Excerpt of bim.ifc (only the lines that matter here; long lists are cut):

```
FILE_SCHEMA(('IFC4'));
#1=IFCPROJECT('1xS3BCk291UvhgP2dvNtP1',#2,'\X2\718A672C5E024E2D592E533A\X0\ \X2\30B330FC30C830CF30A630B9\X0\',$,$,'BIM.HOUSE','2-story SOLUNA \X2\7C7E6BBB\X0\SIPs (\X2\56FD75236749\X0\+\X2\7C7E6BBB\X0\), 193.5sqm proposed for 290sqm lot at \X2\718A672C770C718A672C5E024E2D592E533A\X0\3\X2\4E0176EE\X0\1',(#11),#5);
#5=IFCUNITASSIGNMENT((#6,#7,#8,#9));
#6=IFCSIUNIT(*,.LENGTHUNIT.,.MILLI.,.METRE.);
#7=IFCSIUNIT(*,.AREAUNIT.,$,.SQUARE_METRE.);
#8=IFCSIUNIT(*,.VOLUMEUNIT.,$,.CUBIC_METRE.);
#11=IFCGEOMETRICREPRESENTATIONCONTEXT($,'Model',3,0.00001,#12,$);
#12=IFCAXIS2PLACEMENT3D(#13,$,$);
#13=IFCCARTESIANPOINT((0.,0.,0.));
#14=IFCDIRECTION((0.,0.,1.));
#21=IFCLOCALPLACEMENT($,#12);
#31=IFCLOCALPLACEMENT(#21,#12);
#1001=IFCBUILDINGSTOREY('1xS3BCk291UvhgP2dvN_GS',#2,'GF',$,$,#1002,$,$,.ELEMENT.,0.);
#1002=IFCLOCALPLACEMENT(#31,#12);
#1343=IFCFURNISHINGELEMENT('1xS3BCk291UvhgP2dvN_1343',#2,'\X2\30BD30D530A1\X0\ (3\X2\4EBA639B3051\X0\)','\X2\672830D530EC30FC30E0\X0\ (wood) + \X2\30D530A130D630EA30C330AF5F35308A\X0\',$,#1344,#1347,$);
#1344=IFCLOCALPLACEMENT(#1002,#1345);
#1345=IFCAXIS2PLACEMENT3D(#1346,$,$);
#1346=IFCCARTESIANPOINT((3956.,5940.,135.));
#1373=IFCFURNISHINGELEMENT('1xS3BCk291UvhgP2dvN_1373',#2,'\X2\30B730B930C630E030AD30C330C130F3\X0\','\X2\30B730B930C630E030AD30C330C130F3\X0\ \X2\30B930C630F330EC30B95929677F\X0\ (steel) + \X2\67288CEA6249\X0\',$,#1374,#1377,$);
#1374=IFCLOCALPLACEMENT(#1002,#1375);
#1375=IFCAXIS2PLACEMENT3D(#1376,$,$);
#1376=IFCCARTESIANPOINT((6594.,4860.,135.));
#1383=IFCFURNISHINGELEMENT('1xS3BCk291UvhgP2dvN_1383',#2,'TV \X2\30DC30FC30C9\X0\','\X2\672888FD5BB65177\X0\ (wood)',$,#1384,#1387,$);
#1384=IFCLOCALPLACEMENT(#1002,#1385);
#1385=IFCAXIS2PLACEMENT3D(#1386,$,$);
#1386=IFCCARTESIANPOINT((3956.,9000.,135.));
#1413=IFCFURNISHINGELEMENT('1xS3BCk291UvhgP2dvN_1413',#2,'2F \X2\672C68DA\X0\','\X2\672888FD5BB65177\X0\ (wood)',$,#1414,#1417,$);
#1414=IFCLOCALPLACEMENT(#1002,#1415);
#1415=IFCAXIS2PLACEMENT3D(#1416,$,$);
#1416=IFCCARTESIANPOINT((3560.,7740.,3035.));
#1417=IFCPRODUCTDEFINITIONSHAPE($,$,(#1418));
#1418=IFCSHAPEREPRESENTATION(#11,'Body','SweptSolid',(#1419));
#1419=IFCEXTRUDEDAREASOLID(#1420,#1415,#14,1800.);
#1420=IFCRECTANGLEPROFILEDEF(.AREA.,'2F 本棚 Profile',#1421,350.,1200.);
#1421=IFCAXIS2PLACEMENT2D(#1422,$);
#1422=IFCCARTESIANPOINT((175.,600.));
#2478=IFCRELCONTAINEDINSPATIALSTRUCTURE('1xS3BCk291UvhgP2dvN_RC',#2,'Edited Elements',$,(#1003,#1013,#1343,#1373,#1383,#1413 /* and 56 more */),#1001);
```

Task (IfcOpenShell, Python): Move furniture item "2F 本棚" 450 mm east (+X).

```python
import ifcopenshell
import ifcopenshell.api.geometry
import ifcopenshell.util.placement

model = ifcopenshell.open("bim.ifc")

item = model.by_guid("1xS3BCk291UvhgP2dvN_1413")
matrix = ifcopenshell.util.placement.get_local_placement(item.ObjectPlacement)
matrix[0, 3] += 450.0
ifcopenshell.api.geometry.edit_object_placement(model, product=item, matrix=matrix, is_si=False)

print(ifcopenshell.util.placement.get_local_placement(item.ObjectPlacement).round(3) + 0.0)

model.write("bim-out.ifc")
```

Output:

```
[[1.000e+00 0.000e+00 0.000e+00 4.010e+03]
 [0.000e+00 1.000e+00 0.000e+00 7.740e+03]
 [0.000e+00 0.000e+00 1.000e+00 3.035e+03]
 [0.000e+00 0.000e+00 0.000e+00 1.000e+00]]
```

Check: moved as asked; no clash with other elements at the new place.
================================
→ **Exercise**
Restate the records above word for word.

→ **Response**
Excerpt of bim.ifc (only the lines that matter here; long lists are cut):

```
FILE_SCHEMA(('IFC4'));
#1=IFCPROJECT('1xS3BCk291UvhgP2dvNtP1',#2,'\X2\718A672C5E024E2D592E533A\X0\ \X2\30B330FC30C830CF30A630B9\X0\',$,$,'BIM.HOUSE','2-story SOLUNA \X2\7C7E6BBB\X0\SIPs (\X2\56FD75236749\X0\+\X2\7C7E6BBB\X0\), 193.5sqm proposed for 290sqm lot at \X2\718A672C770C718A672C5E024E2D592E533A\X0\3\X2\4E0176EE\X0\1',(#11),#5);
#5=IFCUNITASSIGNMENT((#6,#7,#8,#9));
#6=IFCSIUNIT(*,.LENGTHUNIT.,.MILLI.,.METRE.);
#7=IFCSIUNIT(*,.AREAUNIT.,$,.SQUARE_METRE.);
#8=IFCSIUNIT(*,.VOLUMEUNIT.,$,.CUBIC_METRE.);
#11=IFCGEOMETRICREPRESENTATIONCONTEXT($,'Model',3,0.00001,#12,$);
#12=IFCAXIS2PLACEMENT3D(#13,$,$);
#13=IFCCARTESIANPOINT((0.,0.,0.));
#14=IFCDIRECTION((0.,0.,1.));
#21=IFCLOCALPLACEMENT($,#12);
#31=IFCLOCALPLACEMENT(#21,#12);
#1001=IFCBUILDINGSTOREY('1xS3BCk291UvhgP2dvN_GS',#2,'GF',$,$,#1002,$,$,.ELEMENT.,0.);
#1002=IFCLOCALPLACEMENT(#31,#12);
#1343=IFCFURNISHINGELEMENT('1xS3BCk291UvhgP2dvN_1343',#2,'\X2\30BD30D530A1\X0\ (3\X2\4EBA639B3051\X0\)','\X2\672830D530EC30FC30E0\X0\ (wood) + \X2\30D530A130D630EA30C330AF5F35308A\X0\',$,#1344,#1347,$);
#1344=IFCLOCALPLACEMENT(#1002,#1345);
#1345=IFCAXIS2PLACEMENT3D(#1346,$,$);
#1346=IFCCARTESIANPOINT((3956.,5940.,135.));
#1373=IFCFURNISHINGELEMENT('1xS3BCk291UvhgP2dvN_1373',#2,'\X2\30B730B930C630E030AD30C330C130F3\X0\','\X2\30B730B930C630E030AD30C330C130F3\X0\ \X2\30B930C630F330EC30B95929677F\X0\ (steel) + \X2\67288CEA6249\X0\',$,#1374,#1377,$);
#1374=IFCLOCALPLACEMENT(#1002,#1375);
#1375=IFCAXIS2PLACEMENT3D(#1376,$,$);
#1376=IFCCARTESIANPOINT((6594.,4860.,135.));
#1383=IFCFURNISHINGELEMENT('1xS3BCk291UvhgP2dvN_1383',#2,'TV \X2\30DC30FC30C9\X0\','\X2\672888FD5BB65177\X0\ (wood)',$,#1384,#1387,$);
#1384=IFCLOCALPLACEMENT(#1002,#1385);
#1385=IFCAXIS2PLACEMENT3D(#1386,$,$);
#1386=IFCCARTESIANPOINT((3956.,9000.,135.));
#1413=IFCFURNISHINGELEMENT('1xS3BCk291UvhgP2dvN_1413',#2,'2F \X2\672C68DA\X0\','\X2\672888FD5BB65177\X0\ (wood)',$,#1414,#1417,$);
#1414=IFCLOCALPLACEMENT(#1002,#1415);
#1415=IFCAXIS2PLACEMENT3D(#1416,$,$);
#1416=IFCCARTESIANPOINT((3560.,7740.,3035.));
#1417=IFCPRODUCTDEFINITIONSHAPE($,$,(#1418));
#1418=IFCSHAPEREPRESENTATION(#11,'Body','SweptSolid',(#1419));
#1419=IFCEXTRUDEDAREASOLID(#1420,#1415,#14,1800.);
#1420=IFCRECTANGLEPROFILEDEF(.AREA.,'2F 本棚 Profile',#1421,350.,1200.);
#1421=IFCAXIS2PLACEMENT2D(#1422,$);
#1422=IFCCARTESIANPOINT((175.,600.));
#2478=IFCRELCONTAINEDINSPATIALSTRUCTURE('1xS3BCk291UvhgP2dvN_RC',#2,'Edited Elements',$,(#1003,#1013,#1343,#1373,#1383,#1413 /* and 56 more */),#1001);
```

Task (IfcOpenShell, Python): Move furniture item "2F 本棚" 450 mm east (+X).

```python
import ifcopenshell
import ifcopenshell.api.geometry
import ifcopenshell.util.placement

model = ifcopenshell.open("bim.ifc")

item = model.by_guid("1xS3BCk291UvhgP2dvN_1413")
matrix = ifcopenshell.util.placement.get_local_placement(item.ObjectPlacement)
matrix[0, 3] += 450.0
ifcopenshell.api.geometry.edit_object_placement(model, product=item, matrix=matrix, is_si=False)

print(ifcopenshell.util.placement.get_local_placement(item.ObjectPlacement).round(3) + 0.0)

model.write("bim-out.ifc")
```

Output:

```
[[1.000e+00 0.000e+00 0.000e+00 4.010e+03]
 [0.000e+00 1.000e+00 0.000e+00 7.740e+03]
 [0.000e+00 0.000e+00 1.000e+00 3.035e+03]
 [0.000e+00 0.000e+00 0.000e+00 1.000e+00]]
```

Check: moved as asked; no clash with other elements at the new place.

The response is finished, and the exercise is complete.